I still hate when people quote protocols to prove they are right. Different medical directors will have different protocols for different situations.


----------



## Aidey (Oct 18, 2010)

My med director flat out says the protocols are guidelines and that he expects us to use our brains. If you don't do something totally stupid, can explain your actions and you had a sound thought process you aren't likely to get in trouble with him.


----------



## MrBrown (Oct 18, 2010)

Anybody with enough education of the basic scientific and clinical rationale underpinning whatever "protocol" is flavour of the day should be able to pick up the localised verison of the day, run with and dexteriously apply it.


----------



## Veneficus (Oct 18, 2010)

following the protocol like scripture.

The poor creatures, they don't know any better.


----------



## Lifeguards For Life (Oct 18, 2010)

I've never actually had any problems arise with my protocols, I just don't like when people quote them to justify their opinions. (repeated line throughout this thread)


----------



## MrBrown (Oct 18, 2010)

Lifeguards For Life said:


> I've never actually had any problems arise with my protocols, I just don't like when people quote them to justify their opinions. (repeated line throughout this thread)

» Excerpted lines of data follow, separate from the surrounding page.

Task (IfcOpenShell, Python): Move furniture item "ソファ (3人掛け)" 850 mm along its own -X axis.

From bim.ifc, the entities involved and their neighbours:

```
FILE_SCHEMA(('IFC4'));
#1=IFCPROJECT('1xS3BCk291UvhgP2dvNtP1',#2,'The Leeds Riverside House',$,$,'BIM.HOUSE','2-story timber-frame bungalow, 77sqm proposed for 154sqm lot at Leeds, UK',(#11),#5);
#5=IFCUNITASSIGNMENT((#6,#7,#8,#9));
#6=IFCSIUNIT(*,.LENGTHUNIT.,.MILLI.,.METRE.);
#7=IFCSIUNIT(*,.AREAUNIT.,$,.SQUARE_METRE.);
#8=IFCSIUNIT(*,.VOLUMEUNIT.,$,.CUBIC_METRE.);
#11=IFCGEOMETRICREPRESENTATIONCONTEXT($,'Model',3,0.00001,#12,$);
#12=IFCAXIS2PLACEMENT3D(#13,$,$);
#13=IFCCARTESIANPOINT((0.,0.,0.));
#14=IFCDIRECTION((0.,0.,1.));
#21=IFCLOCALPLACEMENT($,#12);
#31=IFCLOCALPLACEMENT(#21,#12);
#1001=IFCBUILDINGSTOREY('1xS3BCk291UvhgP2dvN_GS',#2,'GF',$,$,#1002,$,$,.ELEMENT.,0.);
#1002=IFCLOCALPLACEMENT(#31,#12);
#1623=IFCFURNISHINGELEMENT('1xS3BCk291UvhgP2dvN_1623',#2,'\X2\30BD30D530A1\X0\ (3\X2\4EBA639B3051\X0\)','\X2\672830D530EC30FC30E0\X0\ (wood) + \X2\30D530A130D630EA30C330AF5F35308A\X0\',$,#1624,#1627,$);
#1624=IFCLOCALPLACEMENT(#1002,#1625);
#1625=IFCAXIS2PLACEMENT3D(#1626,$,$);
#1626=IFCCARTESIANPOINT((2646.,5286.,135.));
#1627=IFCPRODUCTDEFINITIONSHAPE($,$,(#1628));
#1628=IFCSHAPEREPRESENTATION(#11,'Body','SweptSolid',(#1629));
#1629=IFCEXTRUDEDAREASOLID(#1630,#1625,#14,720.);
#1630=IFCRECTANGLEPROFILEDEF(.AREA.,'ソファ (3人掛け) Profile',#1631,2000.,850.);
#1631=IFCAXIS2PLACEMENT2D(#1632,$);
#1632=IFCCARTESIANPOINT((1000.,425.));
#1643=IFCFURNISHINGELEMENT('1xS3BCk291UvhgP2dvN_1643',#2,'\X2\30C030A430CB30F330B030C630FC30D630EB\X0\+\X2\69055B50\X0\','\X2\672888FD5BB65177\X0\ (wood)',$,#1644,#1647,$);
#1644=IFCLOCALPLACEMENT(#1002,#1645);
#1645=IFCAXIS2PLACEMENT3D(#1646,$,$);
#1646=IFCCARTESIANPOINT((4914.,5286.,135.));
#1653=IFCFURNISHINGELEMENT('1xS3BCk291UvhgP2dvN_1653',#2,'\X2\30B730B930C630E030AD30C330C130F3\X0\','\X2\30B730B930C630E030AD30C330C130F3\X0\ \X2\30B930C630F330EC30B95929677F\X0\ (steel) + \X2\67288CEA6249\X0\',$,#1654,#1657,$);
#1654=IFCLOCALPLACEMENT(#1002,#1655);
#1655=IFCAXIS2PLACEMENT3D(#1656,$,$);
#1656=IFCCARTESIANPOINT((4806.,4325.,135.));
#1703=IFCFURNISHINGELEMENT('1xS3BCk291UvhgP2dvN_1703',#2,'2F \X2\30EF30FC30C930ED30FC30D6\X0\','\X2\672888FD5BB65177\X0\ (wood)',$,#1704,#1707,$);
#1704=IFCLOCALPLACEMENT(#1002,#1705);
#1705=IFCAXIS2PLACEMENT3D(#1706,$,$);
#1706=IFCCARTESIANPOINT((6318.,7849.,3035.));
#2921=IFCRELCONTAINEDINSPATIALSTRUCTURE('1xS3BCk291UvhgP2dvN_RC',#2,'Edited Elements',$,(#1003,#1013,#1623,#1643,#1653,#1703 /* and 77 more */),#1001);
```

```python
import ifcopenshell
import ifcopenshell.api.geometry
import ifcopenshell.util.placement
import ifcopenshell.util.unit

model = ifcopenshell.open("bim.ifc")
unit_scale = ifcopenshell.util.unit.calculate_unit_scale(model)

item = model.by_guid("1xS3BCk291UvhgP2dvN_1623")
matrix = ifcopenshell.util.placement.get_local_placement(item.ObjectPlacement)
matrix[:3, 3] -= matrix[:3, 0] * 0.85 / unit_scale
ifcopenshell.api.geometry.edit_object_placement(model, product=item, matrix=matrix, is_si=False)

print(ifcopenshell.util.placement.get_local_placement(item.ObjectPlacement).round(3) + 0.0)

model.write("bim_rev.ifc")
```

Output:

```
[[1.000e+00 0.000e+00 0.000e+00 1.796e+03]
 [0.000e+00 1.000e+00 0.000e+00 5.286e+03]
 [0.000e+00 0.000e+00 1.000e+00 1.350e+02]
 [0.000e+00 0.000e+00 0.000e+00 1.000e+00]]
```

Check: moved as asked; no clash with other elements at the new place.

It is simply because as the Ninja fellow said, they don't know any better.  Whatever education they got  just ain't cuttin it ....

You'd never get away with "but the guideline says" here.  Obviously there is a degree of clinical and medicolegal risk mitigation built into any policy or procedure however whatever protocol or guideline you work with should not be followed blindly.

On the other hand, they say a little knowledge is dangerous

Man this whole thing makes me so angry

*Brown slams his fist on the streering wheel, blasts the air horn, guns the engine and watches his face turn the same shade of orange as his "DOCTOR" jumpsuit ...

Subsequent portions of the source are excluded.